(Saved entries)
• • • • •

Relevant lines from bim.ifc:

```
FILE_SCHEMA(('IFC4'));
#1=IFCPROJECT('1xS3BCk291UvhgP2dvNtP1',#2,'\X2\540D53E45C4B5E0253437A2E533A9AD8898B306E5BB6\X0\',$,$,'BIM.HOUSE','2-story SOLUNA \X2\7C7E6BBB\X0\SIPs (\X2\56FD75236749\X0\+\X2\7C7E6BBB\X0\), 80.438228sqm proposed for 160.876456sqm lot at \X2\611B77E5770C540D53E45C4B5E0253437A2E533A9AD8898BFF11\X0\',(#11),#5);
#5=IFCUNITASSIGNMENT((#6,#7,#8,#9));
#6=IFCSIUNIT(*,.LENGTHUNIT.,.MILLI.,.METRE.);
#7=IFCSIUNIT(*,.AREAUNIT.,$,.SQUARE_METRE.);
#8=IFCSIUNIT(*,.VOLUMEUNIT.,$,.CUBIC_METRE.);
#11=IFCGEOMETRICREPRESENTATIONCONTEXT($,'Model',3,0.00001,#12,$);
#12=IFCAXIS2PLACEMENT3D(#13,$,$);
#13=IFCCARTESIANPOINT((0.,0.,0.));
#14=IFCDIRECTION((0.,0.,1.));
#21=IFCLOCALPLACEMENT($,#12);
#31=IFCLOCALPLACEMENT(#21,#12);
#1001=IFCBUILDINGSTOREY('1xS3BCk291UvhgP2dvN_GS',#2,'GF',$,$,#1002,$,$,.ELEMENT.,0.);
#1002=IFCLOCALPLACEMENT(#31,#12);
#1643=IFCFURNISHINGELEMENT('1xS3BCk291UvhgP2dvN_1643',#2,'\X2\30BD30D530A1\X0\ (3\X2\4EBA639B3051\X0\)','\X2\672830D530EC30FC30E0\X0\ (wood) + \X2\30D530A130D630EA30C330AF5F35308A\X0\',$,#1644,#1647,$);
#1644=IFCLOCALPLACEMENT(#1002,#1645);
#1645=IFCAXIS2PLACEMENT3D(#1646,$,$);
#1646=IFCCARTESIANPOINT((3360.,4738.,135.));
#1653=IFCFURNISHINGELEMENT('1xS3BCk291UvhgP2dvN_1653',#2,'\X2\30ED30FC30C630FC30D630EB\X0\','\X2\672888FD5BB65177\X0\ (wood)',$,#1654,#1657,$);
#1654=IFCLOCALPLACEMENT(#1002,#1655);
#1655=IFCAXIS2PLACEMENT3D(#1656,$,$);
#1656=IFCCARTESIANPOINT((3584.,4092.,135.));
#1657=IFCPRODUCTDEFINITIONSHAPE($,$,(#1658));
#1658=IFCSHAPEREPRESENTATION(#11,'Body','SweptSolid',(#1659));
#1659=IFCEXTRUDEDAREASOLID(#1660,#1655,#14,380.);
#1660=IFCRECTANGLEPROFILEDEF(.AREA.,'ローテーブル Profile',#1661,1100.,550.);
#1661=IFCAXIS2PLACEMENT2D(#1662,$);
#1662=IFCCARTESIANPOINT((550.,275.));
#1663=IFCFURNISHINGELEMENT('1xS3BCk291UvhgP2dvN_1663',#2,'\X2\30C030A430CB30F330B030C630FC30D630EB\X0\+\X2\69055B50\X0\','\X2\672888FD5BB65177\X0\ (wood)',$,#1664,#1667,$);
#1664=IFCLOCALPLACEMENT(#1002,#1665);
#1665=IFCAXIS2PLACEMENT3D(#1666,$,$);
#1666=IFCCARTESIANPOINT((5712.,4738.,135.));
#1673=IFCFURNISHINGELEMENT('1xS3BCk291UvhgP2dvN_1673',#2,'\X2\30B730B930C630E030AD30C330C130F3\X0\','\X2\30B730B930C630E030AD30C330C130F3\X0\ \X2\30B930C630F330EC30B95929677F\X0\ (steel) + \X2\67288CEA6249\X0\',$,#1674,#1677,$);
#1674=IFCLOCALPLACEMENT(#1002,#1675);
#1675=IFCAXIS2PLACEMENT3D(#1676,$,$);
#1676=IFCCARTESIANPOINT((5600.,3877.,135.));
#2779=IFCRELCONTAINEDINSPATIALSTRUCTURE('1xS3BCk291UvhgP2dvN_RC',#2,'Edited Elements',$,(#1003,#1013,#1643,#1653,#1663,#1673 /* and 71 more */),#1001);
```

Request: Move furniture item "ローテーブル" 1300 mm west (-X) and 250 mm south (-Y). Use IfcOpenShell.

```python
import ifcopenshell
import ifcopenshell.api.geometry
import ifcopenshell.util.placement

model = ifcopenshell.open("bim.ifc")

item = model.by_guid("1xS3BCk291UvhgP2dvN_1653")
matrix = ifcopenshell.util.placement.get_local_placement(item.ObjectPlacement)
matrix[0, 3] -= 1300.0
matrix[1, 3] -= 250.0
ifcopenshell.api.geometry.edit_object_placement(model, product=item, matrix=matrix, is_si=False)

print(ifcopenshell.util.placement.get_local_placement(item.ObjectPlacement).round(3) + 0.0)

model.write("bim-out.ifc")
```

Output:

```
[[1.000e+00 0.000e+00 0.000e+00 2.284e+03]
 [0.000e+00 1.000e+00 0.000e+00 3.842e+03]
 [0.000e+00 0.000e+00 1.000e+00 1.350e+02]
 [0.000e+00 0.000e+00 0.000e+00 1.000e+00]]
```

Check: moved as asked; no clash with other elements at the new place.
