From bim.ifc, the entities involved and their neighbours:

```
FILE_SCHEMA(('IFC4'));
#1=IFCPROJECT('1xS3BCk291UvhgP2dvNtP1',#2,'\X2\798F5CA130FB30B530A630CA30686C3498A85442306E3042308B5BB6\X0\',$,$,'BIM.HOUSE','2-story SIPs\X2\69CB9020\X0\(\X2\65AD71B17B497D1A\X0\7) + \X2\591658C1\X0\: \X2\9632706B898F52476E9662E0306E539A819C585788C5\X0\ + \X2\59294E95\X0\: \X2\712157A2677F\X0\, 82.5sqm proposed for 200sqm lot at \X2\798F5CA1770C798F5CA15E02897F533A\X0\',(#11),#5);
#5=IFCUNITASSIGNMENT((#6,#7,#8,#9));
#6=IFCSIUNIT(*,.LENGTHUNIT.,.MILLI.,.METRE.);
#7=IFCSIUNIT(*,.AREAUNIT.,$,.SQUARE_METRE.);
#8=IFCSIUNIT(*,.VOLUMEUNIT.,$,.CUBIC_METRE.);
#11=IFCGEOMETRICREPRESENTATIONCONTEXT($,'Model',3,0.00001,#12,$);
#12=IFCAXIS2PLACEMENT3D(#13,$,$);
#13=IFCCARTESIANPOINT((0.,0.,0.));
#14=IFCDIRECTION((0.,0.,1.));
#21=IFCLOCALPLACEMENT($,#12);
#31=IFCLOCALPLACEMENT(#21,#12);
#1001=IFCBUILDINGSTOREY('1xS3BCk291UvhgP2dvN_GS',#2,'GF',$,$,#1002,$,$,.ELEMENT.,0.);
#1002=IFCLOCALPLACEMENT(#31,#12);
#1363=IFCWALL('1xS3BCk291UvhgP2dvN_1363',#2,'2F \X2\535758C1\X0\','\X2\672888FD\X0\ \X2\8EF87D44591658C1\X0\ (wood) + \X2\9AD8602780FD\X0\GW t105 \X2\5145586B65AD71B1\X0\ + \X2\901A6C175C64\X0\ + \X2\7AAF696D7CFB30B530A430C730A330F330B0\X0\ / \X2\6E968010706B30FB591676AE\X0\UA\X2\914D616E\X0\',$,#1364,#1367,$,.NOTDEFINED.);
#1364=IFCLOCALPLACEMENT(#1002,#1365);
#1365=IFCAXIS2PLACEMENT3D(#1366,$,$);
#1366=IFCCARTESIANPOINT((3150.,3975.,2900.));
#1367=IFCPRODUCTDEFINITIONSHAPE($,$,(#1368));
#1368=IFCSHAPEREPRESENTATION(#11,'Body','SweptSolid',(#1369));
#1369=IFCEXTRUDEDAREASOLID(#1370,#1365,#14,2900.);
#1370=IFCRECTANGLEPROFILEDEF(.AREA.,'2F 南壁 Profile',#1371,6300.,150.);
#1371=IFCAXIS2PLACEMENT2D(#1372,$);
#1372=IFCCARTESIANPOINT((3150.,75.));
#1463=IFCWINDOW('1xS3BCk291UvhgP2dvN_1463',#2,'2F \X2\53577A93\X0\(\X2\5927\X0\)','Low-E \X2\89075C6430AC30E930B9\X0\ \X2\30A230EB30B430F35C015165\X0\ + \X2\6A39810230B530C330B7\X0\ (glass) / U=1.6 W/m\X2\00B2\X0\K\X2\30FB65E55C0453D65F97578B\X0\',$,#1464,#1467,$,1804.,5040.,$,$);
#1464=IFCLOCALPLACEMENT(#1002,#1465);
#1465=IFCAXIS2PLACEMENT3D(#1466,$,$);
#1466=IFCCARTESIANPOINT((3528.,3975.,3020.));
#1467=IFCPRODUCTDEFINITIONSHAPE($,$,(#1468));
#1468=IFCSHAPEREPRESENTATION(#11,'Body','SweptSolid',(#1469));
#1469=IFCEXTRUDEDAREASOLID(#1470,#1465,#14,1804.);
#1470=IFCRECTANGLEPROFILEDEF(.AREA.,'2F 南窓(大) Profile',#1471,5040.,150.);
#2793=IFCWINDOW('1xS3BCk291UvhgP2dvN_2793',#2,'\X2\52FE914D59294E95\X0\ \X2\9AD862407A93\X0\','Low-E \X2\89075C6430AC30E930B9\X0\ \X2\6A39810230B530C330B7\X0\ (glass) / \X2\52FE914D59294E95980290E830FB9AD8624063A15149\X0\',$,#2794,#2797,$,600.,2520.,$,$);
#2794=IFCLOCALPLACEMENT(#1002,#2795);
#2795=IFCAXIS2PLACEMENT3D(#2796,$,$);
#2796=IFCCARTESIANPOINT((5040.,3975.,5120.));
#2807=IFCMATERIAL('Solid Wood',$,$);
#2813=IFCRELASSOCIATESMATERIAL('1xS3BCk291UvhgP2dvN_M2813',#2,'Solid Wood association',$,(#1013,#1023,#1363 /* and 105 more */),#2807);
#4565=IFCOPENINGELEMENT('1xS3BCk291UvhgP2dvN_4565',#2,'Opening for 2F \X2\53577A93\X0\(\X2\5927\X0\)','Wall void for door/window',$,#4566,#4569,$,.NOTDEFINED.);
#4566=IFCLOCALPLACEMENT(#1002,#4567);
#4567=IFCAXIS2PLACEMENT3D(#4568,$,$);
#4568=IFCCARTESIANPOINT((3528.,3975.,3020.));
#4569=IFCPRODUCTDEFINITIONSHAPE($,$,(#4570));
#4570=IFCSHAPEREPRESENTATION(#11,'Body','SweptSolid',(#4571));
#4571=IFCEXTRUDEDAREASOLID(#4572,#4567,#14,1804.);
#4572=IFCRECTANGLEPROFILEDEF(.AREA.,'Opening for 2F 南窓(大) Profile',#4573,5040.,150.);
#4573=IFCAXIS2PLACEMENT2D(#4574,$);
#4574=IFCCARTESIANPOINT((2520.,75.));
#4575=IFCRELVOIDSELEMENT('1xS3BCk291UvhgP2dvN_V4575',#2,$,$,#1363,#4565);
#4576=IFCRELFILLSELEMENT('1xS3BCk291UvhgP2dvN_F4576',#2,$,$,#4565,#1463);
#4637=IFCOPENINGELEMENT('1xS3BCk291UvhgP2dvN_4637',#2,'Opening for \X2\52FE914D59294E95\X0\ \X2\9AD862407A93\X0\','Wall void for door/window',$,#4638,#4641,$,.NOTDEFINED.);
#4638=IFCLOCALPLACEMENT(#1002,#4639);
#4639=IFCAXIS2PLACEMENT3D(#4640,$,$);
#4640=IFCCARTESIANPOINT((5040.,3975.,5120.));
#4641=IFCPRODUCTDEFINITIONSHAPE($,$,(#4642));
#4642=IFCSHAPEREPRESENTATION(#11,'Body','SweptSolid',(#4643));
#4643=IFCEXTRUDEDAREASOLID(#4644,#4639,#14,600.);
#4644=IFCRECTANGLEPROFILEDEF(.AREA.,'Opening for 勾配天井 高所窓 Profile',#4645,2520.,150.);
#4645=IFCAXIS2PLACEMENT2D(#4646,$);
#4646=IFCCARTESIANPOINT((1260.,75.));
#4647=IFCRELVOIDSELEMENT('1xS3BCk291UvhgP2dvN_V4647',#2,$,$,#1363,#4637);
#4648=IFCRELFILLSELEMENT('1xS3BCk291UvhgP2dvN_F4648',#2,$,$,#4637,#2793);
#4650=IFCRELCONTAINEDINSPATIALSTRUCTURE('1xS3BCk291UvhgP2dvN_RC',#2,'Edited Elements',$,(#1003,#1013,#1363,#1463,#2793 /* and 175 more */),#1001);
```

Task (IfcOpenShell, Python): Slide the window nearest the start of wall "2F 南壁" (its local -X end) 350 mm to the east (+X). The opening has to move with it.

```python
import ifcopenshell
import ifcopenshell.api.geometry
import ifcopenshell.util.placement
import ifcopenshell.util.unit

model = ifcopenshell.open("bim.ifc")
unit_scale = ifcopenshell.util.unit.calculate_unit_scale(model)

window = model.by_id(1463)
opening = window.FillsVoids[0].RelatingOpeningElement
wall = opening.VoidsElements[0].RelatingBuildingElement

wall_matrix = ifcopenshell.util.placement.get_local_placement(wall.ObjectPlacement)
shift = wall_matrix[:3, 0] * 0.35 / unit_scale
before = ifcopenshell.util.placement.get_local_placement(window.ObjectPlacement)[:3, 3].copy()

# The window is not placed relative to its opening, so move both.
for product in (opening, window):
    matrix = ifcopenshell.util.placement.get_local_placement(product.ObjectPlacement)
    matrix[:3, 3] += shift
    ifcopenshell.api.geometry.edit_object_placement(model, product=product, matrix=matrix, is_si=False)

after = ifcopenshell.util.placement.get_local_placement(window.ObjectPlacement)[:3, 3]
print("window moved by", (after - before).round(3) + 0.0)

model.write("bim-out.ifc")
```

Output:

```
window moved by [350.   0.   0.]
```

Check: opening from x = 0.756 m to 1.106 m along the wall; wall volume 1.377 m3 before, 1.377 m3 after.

• • • • •

» Try it
Look above for lines with the word "IFCEXTRUDEDAREASOLID" and copy them all.

» Result of this exercise
#1659=IFCEXTRUDEDAREASOLID(#1660,#1655,#14,380.);
#1369=IFCEXTRUDEDAREASOLID(#1370,#1365,#14,2900.);
#1469=IFCEXTRUDEDAREASOLID(#1470,#1465,#14,1804.);
#4571=IFCEXTRUDEDAREASOLID(#4572,#4567,#14,1804.);
#4643=IFCEXTRUDEDAREASOLID(#4644,#4639,#14,600.);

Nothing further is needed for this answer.